Some Algorithmic Results on Restrained Domination in Graphs

TL;DR

This paper investigates the computational complexity of the restrained domination problem in various graph classes, proving NP-completeness in some and providing polynomial algorithms for others, along with bounds and randomized solutions.

Contribution

It establishes NP-completeness for doubly chordal graphs and offers polynomial algorithms for block, threshold, cograph, and chain graphs, plus bounds and randomized methods.

Findings

NP-completeness for doubly chordal graphs

Polynomial algorithms for block, threshold, cographs, and chain graphs

New upper bounds and randomized algorithms for restrained domination

Abstract

A set $D\subseteq V$ of a graph $G=(V,E)$ is called a restrained dominating set of $G$ if every vertex not in $D$ is adjacent to a vertex in $D$ and to a vertex in $V \setminus D$. The \textsc{Minimum Restrained Domination} problem is to find a restrained dominating set of minimum cardinality.

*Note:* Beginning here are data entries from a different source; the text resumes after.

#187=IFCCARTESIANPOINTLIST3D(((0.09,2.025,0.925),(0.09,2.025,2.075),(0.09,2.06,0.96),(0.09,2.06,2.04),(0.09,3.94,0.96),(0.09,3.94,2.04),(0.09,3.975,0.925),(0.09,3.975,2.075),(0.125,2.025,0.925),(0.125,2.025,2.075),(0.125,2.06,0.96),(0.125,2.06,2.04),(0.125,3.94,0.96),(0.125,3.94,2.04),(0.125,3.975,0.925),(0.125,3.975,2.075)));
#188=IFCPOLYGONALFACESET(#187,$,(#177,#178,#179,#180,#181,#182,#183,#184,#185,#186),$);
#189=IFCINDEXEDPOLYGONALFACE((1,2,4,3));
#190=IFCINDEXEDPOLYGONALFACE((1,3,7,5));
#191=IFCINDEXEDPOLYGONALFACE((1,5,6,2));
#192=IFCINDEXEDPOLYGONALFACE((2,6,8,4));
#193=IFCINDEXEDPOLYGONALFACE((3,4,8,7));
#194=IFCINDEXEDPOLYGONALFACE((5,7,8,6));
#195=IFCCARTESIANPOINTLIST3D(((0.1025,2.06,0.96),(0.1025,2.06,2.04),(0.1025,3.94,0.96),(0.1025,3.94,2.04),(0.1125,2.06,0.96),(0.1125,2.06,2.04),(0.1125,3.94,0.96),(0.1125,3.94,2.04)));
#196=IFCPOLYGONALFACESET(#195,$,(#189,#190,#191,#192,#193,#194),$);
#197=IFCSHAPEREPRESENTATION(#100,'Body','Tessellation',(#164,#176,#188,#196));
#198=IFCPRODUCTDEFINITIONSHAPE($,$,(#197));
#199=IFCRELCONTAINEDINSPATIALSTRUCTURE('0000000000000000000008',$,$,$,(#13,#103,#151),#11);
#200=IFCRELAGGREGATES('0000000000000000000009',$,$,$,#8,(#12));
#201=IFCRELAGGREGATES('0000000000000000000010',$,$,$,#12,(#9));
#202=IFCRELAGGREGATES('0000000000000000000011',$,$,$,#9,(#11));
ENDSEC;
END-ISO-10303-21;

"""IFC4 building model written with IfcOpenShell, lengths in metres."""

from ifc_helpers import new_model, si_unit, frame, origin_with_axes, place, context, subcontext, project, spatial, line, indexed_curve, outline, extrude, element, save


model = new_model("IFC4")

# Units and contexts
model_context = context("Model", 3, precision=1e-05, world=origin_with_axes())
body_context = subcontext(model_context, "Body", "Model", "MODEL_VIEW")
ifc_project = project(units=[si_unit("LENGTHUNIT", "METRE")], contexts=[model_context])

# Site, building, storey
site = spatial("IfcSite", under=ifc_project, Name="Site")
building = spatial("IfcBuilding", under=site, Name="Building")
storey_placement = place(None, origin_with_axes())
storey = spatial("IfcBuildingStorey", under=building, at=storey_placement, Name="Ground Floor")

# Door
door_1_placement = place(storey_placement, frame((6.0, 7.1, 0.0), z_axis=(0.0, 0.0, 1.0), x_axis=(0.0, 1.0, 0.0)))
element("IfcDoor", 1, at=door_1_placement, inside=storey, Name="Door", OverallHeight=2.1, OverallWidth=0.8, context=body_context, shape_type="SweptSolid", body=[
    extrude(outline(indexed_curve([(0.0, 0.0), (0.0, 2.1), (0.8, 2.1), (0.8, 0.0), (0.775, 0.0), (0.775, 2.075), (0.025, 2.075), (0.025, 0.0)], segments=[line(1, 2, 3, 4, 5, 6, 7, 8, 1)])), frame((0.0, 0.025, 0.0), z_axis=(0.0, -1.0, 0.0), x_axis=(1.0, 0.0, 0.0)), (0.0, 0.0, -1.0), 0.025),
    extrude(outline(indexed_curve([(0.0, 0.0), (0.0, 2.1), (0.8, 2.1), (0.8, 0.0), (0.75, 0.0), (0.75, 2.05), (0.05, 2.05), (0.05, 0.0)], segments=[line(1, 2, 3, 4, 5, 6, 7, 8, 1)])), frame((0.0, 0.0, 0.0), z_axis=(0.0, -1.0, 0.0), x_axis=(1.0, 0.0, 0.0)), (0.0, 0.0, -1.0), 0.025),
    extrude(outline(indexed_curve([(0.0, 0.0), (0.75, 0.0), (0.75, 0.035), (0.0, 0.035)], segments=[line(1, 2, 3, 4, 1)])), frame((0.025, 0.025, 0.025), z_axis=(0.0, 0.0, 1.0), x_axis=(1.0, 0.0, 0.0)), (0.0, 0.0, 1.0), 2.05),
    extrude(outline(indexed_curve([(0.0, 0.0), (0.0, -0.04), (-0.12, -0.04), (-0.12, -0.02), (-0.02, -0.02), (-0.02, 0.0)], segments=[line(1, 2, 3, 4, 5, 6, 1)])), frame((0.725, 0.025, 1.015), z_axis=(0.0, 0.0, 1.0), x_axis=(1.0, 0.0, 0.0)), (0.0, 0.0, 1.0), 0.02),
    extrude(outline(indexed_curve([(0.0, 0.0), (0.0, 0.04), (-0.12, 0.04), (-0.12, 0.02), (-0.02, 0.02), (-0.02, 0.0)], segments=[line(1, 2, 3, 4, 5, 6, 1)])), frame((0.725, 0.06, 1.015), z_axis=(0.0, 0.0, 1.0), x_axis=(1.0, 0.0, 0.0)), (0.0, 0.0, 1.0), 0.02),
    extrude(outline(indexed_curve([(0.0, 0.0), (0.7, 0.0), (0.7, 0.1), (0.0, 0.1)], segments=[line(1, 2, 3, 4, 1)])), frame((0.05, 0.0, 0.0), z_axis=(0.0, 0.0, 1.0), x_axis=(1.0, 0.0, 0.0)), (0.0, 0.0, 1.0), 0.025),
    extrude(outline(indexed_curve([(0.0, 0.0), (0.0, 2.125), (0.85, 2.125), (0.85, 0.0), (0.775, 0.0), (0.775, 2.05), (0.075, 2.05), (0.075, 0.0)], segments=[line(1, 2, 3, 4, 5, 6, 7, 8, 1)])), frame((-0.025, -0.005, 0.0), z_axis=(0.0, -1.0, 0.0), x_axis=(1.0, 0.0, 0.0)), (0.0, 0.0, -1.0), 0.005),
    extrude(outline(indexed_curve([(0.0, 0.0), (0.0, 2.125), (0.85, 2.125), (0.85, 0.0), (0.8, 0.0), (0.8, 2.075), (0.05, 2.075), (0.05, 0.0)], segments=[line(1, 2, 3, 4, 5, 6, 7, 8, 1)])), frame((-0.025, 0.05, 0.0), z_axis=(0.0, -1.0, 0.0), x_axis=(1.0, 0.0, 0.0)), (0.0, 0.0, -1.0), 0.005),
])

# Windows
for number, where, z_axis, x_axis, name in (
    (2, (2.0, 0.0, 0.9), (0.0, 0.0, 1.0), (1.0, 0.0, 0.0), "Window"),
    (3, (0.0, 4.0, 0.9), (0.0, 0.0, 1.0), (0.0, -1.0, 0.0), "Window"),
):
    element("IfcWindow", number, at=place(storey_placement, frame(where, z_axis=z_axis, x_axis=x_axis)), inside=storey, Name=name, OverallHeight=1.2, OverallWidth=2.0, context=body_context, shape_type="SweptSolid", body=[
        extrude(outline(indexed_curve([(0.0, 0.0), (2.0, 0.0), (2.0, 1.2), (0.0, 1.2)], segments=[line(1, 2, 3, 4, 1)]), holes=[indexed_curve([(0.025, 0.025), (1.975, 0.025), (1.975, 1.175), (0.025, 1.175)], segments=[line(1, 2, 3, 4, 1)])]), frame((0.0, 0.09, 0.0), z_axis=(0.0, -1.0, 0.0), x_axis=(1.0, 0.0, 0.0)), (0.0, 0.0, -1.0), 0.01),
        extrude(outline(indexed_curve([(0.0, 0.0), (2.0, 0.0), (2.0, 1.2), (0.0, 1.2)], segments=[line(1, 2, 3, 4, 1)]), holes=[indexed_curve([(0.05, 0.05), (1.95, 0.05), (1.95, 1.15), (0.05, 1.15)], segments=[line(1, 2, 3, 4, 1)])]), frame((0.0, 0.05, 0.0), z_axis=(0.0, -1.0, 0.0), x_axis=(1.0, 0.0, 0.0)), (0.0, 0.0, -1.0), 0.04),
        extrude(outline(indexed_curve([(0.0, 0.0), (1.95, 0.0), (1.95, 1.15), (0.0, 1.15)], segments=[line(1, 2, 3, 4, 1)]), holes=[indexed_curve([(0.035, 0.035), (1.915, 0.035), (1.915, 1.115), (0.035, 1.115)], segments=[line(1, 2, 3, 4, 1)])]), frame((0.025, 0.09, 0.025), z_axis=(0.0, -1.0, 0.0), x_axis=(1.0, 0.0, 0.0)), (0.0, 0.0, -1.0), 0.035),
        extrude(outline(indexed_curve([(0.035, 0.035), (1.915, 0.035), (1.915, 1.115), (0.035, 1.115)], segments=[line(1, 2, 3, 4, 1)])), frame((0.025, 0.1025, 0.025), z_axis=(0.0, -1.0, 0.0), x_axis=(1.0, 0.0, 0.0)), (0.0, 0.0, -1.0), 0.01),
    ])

Given a graph $G$, and a positive integer $k$, the \textsc{Restrained Domination Decision} problem is to decide whether $G$ has a restrained dominating set of cardinality a most $k$. The \textsc{Restrained Domination Decision} problem is known to be NP-complete for chordal graphs. In this paper, we strengthen this NP-completeness result by showing that the \textsc{Restrained Domination Decision} problem remains NP-complete for doubly chordal graphs, a subclass of chordal graphs. We also propose a polynomial time algorithm to solve the \textsc{Minimum Restrained Domination} problem in block graphs, a subclass of doubly chordal graphs. The \textsc{Restrained Domination Decision} problem is also known to be NP-complete for split graphs. We propose a polynomial time algorithm to compute a minimum restrained dominating set of threshold graphs, a subclass of split graphs. In addition, we also propose polynomial time algorithms to solve the \textsc{Minimum Restrained Domination} problem in cographs and chain graphs. Finally, we give a new improved upper bound on the restrained domination number, cardinality of a minimum restrained dominating set in terms of number of vertices and minimum degree of graph. We also give a randomized algorithm to find a restrained dominating set whose cardinality satisfy our upper bound with a positive probability.